Urteil vom 6. November 2012
II. sozialrechtliche Abteilung

Besetzung
Bundesrichter U. Meyer, Präsident,
Bundesrichter Kernen, Bundesrichterin Pfiffner Rauber,
Gerichtsschreiber Nussbaumer.

Verfahrensbeteiligte
V.________ vertreten durch
Rechtsanwalt Marcel Baeriswyl,
Beschwerdeführer,

gegen

IV-Stelle Bern, Chutzenstrasse 10, 3007 Bern,
Beschwerdegegnerin.

Gegenstand
Invalidenversicherung,

Beschwerde gegen den Entscheid des Verwaltungsgerichts des Kantons Bern vom 9.
August 2012.

Sachverhalt:

A.
Mit Verfügung vom 17. April 2012 verneinte die IV-Stelle Bern einen Anspruch
des V.________ (geboren 1963) auf eine Invalidenrente nach Ermittlung eines
Invaliditätsgrades von 9 %.

B.
Die hiegegen erhobene Beschwerde wies das Verwaltungsgericht des Kantons Bern
mit Entscheid vom 9. August 2012 ab unter Gewährung der unentgeltlichen
Rechtspflege.

C.
Mit Beschwerde in öffentlich-rechtlichen Angelegenheiten lässt V.________
beantragen, in Aufhebung des vorinstanzlichen Entscheides und der
Verwaltungsverfügung sei ihm die ihm rechtlich zustehende IV-Rente ab
frühestmöglichem Zeitpunkt zuzusprechen.
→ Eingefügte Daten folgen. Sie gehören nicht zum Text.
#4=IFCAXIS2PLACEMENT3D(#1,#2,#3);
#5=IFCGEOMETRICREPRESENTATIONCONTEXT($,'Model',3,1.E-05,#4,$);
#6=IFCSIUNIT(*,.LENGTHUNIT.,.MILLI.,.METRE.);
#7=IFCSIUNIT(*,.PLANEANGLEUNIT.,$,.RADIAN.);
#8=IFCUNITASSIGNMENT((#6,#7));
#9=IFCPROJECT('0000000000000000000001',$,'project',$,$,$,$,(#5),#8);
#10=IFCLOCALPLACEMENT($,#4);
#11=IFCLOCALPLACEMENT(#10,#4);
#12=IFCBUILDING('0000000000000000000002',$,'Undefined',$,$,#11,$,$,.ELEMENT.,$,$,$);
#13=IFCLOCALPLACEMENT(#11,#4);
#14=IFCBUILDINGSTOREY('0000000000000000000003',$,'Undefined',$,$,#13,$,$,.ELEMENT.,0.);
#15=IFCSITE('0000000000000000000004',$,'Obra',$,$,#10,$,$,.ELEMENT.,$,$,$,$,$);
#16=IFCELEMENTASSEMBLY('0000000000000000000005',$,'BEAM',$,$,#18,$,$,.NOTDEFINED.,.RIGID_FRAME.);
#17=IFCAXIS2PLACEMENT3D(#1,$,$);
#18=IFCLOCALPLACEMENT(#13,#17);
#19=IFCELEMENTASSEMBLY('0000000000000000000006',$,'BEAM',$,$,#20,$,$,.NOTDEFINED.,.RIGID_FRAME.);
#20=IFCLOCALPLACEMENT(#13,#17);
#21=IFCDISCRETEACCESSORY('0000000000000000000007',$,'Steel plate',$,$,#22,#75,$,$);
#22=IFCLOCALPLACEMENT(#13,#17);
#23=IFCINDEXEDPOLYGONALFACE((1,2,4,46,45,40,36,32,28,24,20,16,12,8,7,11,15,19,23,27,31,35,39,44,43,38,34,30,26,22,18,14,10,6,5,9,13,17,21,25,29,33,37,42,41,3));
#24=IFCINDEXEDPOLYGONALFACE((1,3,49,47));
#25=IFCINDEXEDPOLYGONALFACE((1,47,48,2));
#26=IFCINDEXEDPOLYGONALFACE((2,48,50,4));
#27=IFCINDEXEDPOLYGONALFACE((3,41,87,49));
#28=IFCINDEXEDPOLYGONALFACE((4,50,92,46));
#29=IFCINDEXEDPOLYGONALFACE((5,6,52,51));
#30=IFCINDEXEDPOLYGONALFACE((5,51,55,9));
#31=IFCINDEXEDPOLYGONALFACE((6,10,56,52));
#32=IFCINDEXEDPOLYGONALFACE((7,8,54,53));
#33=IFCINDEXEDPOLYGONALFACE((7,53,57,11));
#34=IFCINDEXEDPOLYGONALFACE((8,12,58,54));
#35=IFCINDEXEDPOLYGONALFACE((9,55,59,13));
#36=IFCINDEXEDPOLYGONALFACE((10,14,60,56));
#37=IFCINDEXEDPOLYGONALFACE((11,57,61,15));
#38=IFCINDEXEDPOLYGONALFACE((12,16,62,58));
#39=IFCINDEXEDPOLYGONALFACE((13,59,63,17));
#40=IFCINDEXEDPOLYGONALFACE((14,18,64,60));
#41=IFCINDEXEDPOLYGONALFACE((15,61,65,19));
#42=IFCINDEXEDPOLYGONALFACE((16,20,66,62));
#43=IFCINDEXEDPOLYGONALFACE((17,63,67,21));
Eventuell sei die IV-Stelle
anzuweisen, die erforderlichen Abklärungen vorzunehmen und ein ergänzendes
medizinisches Gutachten betreffend tatsächliche Arbeitsfähigkeit einzuholen.
Ferner beantragt er die unentgeltliche Prozessführung und Verbeiständung.

Erwägungen:

1.
1.1 Das Bundesgericht legt seinem Urteil den Sachverhalt zugrunde, den die
Vorinstanz festgestellt hat (Art. 105 Abs. 1 BGG). Es kann die
Sachverhaltsfeststellung der Vorinstanz auf Rüge hin oder von Amtes wegen
berichtigen oder ergänzen, wenn sie offensichtlich unrichtig ist oder auf einer
Rechtsverletzung im Sinne von Artikel 95 beruht, und wenn die Behebung des
Mangels für den Ausgang des Verfahrens entscheidend sein kann (Art. 105 Abs. 2
BGG und Art. 97 Abs. 1 BGG). Das Vorliegen dieser Voraussetzungen hat die
Beschwerde führende Person genau darzulegen. Dazu genügt es nicht, einen von
den tatsächlichen Feststellungen der Vorinstanz abweichenden Sachverhalt zu
behaupten oder die eigene Beweiswürdigung zu erläutern (BGE 137 II 353 E. 5.1
S. 356; SVR 2012 BVG Nr. 11 S. 44, 9C_779/2010 E. 1.1.2 [nicht publ. in: BGE
137 V 446]).

1.2 Eine Sachverhaltsfeststellung ist nicht schon dann offensichtlich
unrichtig, wenn sich Zweifel anmelden, sondern erst, wenn sie eindeutig und
augenfällig unzutreffend ist (BGE 132 I 42 E. 3.1 S. 44). Es liegt noch keine
offensichtliche Unrichtigkeit vor, nur weil eine andere Lösung ebenfalls in
Betracht fällt, selbst wenn diese als die plausiblere erschiene (vgl. BGE 129 I
8 E. 2.1 S. 9; Urteil 9C_967/2008 vom 5. Januar 2009 E. 5.1). Diese Grundsätze
gelten auch in Bezug auf die konkrete Beweiswürdigung (Urteile 9C_999/2010 vom
14. Februar 2011 E. 1 und 9C_735/2010 vom 21. Oktober 2010 E. 3; SVR 2012 BVG
Nr. 11 S. 44, 9C_779/2010 E. 1.1.1).

1.3 Dem Sachgericht steht im Bereich der Beweiswürdigung ein erheblicher
Ermessensspielraum zu (BGE 120 Ia 31 E. 4b). Das Bundesgericht greift auf
Beschwerde hin nur ein, wenn das Sachgericht diesen missbraucht, insbesondere
offensichtlich unhaltbare Schlüsse zieht, erhebliche Beweise übersieht oder
solche willkürlich ausser Acht lässt (BGE 132 III 209 E. 2.1; zum Begriff der
Willkür BGE 137 I 1 E. 2.4 mit Hinweisen). Inwiefern das kantonale Gericht sein
Ermessen missbraucht haben soll, ist in der Beschwerde klar und detailliert
aufzuzeigen (BGE 130 I 258 E. 1.3). Auf ungenügend begründete Rügen oder bloss
allgemein gehaltene appellatorische Kritik am angefochtenen Entscheid tritt das
Bundesgericht nicht ein (BGE 134 II 244 E. 2.2 mit Hinweis).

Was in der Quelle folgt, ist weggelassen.